I am currently 14dp5dt and my test day given by clinic was yesterday with a hpt. I've had so many bfns I am frightened to test!! So I am asking this.... If my cycle has failed, are the progesterone utrogestone vaginal pessaries just holding of my period? Or is there I point where I would have a breakthrough bleed? Or I am possibly pregnant? I was hoping my body would let me know before I test but have since read up progesterone can delay periods..... But for how long?? I definitely?? 

Please help. Any knowledge on this would be greatly appreciated,

Sam


----------



## jess 0x0 (Jun 8, 2011)

Hi, I'm not sure but I think the pessaries could prevent the period but not for long tho. Hopefully someone more knowledgable will be on to tell you  

I think the only way you will really know for sure is to take a test  

Thinking of you


----------



## wibble-wobble (Apr 16, 2011)

The pessaries won't hold off af forever I don't think, personally I wouldn't want to carry  on taking them if I didn't have to. 

I'd need to know one way or another, for either closure or to look after my self better if its a bfp.
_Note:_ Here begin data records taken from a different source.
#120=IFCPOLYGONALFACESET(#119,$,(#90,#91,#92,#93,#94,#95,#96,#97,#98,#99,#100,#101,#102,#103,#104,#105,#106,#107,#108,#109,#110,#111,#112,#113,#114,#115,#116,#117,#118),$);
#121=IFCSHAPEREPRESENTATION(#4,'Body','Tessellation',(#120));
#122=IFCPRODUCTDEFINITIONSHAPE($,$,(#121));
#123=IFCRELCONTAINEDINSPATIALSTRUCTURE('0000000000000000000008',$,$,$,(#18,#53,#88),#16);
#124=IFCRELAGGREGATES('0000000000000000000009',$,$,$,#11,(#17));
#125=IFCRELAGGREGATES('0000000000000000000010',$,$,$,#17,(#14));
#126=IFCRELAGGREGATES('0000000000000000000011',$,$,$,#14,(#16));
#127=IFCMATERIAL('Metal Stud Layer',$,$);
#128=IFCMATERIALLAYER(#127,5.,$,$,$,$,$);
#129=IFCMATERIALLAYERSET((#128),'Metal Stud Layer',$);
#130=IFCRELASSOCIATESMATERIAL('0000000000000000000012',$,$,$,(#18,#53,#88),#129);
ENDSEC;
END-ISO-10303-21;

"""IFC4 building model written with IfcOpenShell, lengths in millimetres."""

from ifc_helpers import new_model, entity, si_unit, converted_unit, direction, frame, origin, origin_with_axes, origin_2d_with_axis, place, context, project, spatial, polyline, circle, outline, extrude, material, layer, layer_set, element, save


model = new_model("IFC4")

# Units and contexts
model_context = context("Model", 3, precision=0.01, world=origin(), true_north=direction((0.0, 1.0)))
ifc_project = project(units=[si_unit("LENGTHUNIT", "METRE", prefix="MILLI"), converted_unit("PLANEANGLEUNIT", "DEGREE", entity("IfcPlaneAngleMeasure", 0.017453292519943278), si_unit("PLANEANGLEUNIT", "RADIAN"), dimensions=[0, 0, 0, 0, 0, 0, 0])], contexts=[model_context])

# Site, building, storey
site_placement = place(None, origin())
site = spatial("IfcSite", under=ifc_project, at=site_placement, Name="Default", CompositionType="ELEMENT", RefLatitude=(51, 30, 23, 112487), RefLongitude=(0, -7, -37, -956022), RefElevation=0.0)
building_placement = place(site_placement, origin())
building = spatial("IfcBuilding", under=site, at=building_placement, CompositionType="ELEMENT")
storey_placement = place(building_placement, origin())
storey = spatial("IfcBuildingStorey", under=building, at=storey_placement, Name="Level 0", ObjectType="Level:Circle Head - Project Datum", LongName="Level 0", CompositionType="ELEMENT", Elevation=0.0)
14dp5dt is quite late to test, on my fresh cycle it was obvious at 8dp5dt that af was on the way despite the pessaries. I'd be hopeful at 14dp5dt


----------



## Lilly83 (Jan 19, 2012)

There's no way of knowing for certain, I believe they mostly keep AF at bay but I always bled before otd on them so changed to Gestone this time as I don't think they did the trick 

Good luck xx


----------



## staceysm (Nov 18, 2010)

Hi,

Unfortunately you will have to test to know for sure.  I really wish you all the best.

X


----------



## goldbunny (Mar 26, 2012)

good luck with testing!


----------



## CrazyHorse (May 8, 2014)

On my two BFN cycles with progesterone, I started AF bang on time -- the only difference from my normal cycle was that the progesterone prevented the pre-AF spotting that I normally get due to perimenopause. I'd be slightly optimistic, and definitely do a test.   

Wishing you lots of luck!


----------



## zephyr78 (Apr 5, 2015)

Hello everyone. 

Just want to say thanks for all your replies. 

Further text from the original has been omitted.